About this task: The response must be made up of the lines in the entries below that contain "IFCPRODUCTDEFINITIONSHAPE".

==========

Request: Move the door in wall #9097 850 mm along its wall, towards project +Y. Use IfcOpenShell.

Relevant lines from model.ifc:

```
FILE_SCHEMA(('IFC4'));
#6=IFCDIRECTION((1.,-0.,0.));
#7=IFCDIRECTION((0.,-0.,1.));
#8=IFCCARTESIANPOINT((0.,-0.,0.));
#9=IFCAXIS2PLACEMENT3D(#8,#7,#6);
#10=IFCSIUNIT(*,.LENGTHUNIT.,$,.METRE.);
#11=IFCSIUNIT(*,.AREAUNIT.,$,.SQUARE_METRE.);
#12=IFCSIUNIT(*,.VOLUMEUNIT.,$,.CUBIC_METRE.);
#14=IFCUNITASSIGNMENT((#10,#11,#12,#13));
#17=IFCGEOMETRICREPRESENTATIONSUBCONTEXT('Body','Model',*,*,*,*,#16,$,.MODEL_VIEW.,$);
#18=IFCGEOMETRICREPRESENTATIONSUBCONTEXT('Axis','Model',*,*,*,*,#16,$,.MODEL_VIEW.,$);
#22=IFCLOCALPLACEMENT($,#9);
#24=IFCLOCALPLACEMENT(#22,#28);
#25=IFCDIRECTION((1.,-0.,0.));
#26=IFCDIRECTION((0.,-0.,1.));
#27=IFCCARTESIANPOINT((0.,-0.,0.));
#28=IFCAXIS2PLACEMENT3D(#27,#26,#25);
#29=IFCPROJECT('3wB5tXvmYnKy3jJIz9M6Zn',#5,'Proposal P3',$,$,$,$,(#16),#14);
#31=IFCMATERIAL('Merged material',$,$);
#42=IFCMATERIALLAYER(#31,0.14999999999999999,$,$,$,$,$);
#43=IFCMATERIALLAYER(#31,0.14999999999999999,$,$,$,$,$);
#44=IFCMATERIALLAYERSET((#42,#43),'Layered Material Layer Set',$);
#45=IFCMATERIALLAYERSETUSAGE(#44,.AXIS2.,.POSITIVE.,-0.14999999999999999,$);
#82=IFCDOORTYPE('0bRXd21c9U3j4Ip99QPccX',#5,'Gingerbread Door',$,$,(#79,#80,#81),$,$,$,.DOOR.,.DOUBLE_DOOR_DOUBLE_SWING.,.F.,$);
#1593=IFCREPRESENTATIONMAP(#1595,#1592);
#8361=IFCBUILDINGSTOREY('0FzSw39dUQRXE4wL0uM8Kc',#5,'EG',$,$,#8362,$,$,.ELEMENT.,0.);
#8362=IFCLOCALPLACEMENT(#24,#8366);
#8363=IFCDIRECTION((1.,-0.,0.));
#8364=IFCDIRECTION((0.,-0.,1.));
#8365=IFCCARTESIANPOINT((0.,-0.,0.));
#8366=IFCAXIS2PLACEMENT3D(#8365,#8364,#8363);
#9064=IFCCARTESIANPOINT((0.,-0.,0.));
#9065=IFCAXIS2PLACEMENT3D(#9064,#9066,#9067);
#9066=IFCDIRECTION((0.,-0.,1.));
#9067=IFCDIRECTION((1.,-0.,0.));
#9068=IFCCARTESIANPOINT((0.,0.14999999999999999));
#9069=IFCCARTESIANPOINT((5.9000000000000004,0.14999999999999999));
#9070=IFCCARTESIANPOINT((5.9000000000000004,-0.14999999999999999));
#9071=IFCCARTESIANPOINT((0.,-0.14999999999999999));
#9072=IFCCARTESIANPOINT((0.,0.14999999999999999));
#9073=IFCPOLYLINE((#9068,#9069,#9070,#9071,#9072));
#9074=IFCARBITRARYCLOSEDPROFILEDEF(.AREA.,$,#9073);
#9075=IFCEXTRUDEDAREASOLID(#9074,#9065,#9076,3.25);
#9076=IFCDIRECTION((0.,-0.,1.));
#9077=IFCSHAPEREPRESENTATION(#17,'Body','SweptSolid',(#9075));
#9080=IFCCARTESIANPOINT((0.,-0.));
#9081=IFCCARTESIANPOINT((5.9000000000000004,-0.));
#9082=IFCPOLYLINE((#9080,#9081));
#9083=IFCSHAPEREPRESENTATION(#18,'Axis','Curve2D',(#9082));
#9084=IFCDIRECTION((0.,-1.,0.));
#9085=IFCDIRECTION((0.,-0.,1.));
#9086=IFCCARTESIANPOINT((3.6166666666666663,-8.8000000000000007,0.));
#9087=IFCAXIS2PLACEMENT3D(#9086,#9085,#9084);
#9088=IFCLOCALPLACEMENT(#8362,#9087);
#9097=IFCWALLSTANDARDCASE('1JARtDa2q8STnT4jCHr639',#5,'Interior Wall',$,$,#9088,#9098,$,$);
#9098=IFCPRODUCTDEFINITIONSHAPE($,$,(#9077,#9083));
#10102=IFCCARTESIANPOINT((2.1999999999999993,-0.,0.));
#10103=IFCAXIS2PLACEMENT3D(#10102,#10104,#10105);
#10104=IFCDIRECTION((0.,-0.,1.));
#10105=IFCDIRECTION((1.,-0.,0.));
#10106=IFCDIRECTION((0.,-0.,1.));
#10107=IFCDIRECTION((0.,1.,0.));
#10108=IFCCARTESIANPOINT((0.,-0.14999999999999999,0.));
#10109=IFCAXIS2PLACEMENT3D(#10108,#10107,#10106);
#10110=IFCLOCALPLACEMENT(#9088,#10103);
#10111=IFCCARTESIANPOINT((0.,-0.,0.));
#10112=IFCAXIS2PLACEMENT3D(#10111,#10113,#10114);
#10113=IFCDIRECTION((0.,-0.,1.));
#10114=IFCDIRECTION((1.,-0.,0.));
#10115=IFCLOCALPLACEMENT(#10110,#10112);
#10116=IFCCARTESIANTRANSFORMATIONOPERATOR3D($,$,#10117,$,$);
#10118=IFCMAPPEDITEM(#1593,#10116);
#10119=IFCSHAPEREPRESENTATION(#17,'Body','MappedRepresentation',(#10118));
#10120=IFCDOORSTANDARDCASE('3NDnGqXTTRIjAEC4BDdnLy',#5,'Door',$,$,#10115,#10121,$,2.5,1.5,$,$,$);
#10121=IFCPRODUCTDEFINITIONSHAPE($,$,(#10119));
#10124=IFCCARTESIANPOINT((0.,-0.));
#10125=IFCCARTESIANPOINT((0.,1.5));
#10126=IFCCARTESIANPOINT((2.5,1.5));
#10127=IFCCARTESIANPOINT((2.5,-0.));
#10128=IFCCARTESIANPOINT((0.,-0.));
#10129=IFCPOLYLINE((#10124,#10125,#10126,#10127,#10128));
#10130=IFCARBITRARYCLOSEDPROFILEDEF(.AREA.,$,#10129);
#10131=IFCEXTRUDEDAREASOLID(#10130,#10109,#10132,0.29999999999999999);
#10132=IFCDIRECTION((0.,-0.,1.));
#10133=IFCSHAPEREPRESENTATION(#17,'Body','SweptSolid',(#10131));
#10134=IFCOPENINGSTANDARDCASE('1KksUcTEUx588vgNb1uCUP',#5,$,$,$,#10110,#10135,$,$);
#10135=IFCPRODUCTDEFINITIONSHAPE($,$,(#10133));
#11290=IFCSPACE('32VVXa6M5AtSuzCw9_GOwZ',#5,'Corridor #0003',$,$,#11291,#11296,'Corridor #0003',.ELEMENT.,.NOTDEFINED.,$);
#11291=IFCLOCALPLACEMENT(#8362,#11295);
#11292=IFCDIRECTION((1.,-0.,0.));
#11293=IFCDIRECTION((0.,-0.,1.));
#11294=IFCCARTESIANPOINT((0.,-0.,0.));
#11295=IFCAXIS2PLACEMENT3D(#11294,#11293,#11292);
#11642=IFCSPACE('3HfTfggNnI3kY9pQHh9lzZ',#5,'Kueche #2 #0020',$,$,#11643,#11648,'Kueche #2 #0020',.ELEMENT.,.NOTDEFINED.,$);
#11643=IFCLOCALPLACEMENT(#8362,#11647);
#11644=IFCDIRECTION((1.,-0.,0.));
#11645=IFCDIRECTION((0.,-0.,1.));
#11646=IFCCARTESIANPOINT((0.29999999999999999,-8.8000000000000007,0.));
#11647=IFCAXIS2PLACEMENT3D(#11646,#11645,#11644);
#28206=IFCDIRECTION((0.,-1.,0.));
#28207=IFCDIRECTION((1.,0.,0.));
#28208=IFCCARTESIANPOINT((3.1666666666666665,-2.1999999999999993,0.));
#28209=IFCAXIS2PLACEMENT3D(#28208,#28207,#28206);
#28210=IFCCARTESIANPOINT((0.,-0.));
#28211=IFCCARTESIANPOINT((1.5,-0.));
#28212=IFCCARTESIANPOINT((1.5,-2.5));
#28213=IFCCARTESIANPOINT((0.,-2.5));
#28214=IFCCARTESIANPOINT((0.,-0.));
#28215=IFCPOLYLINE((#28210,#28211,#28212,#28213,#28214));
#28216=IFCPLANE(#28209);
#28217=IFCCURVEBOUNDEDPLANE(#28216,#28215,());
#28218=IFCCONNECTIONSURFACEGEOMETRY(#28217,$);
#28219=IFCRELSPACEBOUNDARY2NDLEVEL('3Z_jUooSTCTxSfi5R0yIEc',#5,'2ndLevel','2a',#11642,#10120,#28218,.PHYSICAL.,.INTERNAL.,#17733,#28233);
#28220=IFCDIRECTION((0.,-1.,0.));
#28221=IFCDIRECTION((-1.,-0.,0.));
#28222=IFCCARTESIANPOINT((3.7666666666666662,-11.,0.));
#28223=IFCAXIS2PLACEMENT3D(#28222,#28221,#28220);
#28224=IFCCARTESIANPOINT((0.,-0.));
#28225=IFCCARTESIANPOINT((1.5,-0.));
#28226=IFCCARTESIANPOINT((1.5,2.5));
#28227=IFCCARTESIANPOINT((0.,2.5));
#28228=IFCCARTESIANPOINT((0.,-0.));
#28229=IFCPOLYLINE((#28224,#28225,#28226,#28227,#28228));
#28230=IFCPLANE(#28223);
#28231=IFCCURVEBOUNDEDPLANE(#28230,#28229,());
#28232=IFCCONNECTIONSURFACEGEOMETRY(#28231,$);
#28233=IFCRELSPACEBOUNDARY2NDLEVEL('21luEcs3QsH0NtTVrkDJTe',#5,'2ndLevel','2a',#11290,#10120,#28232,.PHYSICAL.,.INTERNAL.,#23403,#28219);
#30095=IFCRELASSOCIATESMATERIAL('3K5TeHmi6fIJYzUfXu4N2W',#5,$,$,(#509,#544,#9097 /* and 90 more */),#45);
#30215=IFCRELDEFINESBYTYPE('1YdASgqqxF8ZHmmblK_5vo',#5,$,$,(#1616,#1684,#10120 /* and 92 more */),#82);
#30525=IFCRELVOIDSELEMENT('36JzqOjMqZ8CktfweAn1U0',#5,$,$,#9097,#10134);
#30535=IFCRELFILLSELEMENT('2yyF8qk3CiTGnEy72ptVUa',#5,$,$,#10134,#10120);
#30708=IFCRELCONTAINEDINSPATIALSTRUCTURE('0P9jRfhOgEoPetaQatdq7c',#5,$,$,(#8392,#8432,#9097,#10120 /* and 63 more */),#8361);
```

```python
import numpy as np
import ifcopenshell
import ifcopenshell.api.geometry
import ifcopenshell.util.placement

model = ifcopenshell.open("model.ifc")

door = model.by_guid("3NDnGqXTTRIjAEC4BDdnLy")
opening = door.FillsVoids[0].RelatingOpeningElement
wall = opening.VoidsElements[0].RelatingBuildingElement

wall_matrix = ifcopenshell.util.placement.get_local_placement(wall.ObjectPlacement)
shift = wall_matrix[:3, 0] * -0.85
before = ifcopenshell.util.placement.get_local_placement(door.ObjectPlacement)[:3, 3].copy()

# The door is placed relative to its opening, so it follows when the opening moves.
matrix = ifcopenshell.util.placement.get_local_placement(opening.ObjectPlacement)
matrix[:3, 3] += shift
ifcopenshell.api.geometry.edit_object_placement(
    model, product=opening, matrix=matrix, is_si=False, should_transform_children=True
)

# Space boundary surfaces are stored in each space's coordinates; move them too.
for rel in door.ProvidesBoundaries:
    if not rel.ConnectionGeometry:
        continue
    surface = rel.ConnectionGeometry.SurfaceOnRelatingElement.BasisSurface
    space_matrix = ifcopenshell.util.placement.get_local_placement(rel.RelatingSpace.ObjectPlacement)
    point = np.array(surface.Position.Location.Coordinates) + space_matrix[:3, :3].T @ shift
    surface.Position = model.createIfcAxis2Placement3D(
        model.createIfcCartesianPoint(point.tolist()), surface.Position.Axis, surface.Position.RefDirection
    )

after = ifcopenshell.util.placement.get_local_placement(door.ObjectPlacement)[:3, 3]
print("door moved by", (after - before).round(3) + 0.0)

model.write("model_v2.ifc")
```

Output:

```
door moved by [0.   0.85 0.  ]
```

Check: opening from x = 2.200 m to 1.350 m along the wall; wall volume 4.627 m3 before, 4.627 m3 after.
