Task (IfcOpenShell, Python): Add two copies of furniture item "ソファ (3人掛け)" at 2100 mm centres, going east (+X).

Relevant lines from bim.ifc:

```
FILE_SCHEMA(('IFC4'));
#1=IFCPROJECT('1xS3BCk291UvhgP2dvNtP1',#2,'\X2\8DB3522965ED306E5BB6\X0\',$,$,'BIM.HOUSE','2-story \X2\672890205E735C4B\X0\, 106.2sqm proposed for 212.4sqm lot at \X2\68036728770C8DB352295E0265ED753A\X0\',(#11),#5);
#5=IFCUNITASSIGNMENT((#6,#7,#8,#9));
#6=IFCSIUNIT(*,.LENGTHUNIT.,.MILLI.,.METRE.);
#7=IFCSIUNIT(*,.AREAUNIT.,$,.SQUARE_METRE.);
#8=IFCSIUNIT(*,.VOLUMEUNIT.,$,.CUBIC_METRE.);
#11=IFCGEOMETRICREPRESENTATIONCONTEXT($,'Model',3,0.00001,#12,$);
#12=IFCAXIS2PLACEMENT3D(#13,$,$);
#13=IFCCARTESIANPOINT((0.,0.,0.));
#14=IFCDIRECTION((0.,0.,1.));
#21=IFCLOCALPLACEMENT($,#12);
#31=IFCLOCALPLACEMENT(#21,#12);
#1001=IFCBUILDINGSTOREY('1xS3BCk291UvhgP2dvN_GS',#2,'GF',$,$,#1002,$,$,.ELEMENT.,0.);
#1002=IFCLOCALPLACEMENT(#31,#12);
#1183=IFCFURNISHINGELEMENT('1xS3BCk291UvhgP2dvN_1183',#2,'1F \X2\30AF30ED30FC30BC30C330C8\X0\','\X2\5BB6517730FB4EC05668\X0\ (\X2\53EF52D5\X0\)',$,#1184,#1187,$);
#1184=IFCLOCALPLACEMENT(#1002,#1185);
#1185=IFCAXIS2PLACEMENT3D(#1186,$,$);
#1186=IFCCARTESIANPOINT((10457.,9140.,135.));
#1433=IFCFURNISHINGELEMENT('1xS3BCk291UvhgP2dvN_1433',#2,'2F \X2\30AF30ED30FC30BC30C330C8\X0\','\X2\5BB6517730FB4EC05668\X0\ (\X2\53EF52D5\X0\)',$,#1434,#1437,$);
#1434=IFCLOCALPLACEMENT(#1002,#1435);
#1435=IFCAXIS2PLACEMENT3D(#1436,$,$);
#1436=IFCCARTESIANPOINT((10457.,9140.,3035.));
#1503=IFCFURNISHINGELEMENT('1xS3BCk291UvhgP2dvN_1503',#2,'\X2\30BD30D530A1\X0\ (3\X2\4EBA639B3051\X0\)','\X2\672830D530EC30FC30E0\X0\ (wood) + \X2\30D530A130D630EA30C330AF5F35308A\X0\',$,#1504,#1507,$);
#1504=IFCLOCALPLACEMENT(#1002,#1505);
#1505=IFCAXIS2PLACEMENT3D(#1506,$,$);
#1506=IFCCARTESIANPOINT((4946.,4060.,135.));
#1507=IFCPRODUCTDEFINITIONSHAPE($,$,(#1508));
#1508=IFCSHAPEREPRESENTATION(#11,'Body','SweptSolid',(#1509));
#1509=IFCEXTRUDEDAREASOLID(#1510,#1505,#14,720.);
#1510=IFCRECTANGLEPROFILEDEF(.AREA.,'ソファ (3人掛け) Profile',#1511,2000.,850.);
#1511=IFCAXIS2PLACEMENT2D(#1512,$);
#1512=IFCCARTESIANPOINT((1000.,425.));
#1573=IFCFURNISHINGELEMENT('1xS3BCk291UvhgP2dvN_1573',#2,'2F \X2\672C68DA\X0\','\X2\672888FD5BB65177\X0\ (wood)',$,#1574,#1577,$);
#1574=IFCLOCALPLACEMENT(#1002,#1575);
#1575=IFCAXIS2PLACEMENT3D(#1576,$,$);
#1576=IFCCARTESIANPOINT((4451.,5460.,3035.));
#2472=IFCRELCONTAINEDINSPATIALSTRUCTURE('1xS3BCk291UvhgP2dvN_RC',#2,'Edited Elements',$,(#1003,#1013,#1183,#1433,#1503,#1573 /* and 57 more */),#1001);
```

```python
import numpy as np
import ifcopenshell
import ifcopenshell.api.geometry
import ifcopenshell.api.root
import ifcopenshell.util.element
import ifcopenshell.util.placement
import ifcopenshell.util.unit

model = ifcopenshell.open("bim.ifc")
unit_scale = ifcopenshell.util.unit.calculate_unit_scale(model)


def reuse_history(source, copy):
    """copy_class also copies each property set's owner history, people and application; keep the originals."""
    for rel in copy.IsDefinedBy:
        if rel.is_a("IfcRelDefinesByProperties") and (history := rel.RelatingPropertyDefinition.OwnerHistory):
            rel.RelatingPropertyDefinition.OwnerHistory = source.OwnerHistory
            ifcopenshell.util.element.remove_deep2(model, history)


source = model.by_guid("1xS3BCk291UvhgP2dvN_1503")
base = ifcopenshell.util.placement.get_local_placement(source.ObjectPlacement)
step = np.array([1.0, 0.0, 0.0]) * 2.1 / unit_scale

for i in range(1, 3):
    copy = ifcopenshell.api.root.copy_class(model, product=source)
    copy.Representation = ifcopenshell.util.element.copy_deep(
        model, source.Representation, exclude=["IfcGeometricRepresentationContext", "IfcRepresentationMap"]
    )
    reuse_history(source, copy)
    matrix = base.copy()
    matrix[:3, 3] += i * step
    print("added at", matrix[:3, 3].round(3) + 0.0)
    ifcopenshell.api.geometry.edit_object_placement(model, product=copy, matrix=matrix, is_si=False)

model.write("bim_edited.ifc")
```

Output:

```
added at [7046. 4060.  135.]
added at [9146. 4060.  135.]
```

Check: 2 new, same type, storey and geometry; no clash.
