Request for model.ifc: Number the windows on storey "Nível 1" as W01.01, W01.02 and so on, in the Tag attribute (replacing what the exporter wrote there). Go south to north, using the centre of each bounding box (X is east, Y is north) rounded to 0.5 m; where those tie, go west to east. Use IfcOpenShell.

First a look at what the model holds.

```python
import ifcopenshell
import ifcopenshell.util.element
import ifcopenshell.util.placement

model = ifcopenshell.open("model.ifc")
print(model.schema)
storey = next(s for s in model.by_type("IfcBuildingStorey") if s.Name == "Nível 1")
windows = [e for e in ifcopenshell.util.element.get_decomposition(storey) if e.is_a("IfcWindow")]
for e in sorted(windows, key=lambda e: e.id()):
    origin = ifcopenshell.util.placement.get_local_placement(e.ObjectPlacement)[:3, 3]
    print(e.id(), e.Tag, e.Name, origin.round(2) + 0.0, sep=" | ")
```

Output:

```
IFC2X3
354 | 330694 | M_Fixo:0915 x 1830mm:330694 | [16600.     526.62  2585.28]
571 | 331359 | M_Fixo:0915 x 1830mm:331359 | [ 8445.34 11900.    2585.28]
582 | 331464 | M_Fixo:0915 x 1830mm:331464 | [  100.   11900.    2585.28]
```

```python
import ifcopenshell
import ifcopenshell.geom
import ifcopenshell.util.element
import ifcopenshell.util.shape

model = ifcopenshell.open("model.ifc")
settings = ifcopenshell.geom.settings()
settings.set("use-world-coords", True)


def centre(element):
    shape = ifcopenshell.geom.create_shape(settings, element)
    return ifcopenshell.util.shape.get_bbox_centroid(shape.geometry)


storey = next(s for s in model.by_type("IfcBuildingStorey") if s.Name == "Nível 1")
windows = [e for e in ifcopenshell.util.element.get_decomposition(storey) if e.is_a("IfcWindow")]

# Insertion points can sit at a corner or the storey origin, so sort by the geometry (in metres).
centres = {e: centre(e) for e in windows}
windows.sort(key=lambda e: (round(centres[e][1] / 0.5), centres[e][0]))

for i, e in enumerate(windows, start=1):
    number = f"W01.{i:02d}"
    e.Tag = number
    print(e.id(), number)

model.write("model_edited.ifc")
```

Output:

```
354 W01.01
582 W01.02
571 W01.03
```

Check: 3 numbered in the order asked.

==========

Result:
#9098=IFCPRODUCTDEFINITIONSHAPE($,$,(#9077,#9083));
#10121=IFCPRODUCTDEFINITIONSHAPE($,$,(#10119));
#10135=IFCPRODUCTDEFINITIONSHAPE($,$,(#10133));
#1507=IFCPRODUCTDEFINITIONSHAPE($,$,(#1508));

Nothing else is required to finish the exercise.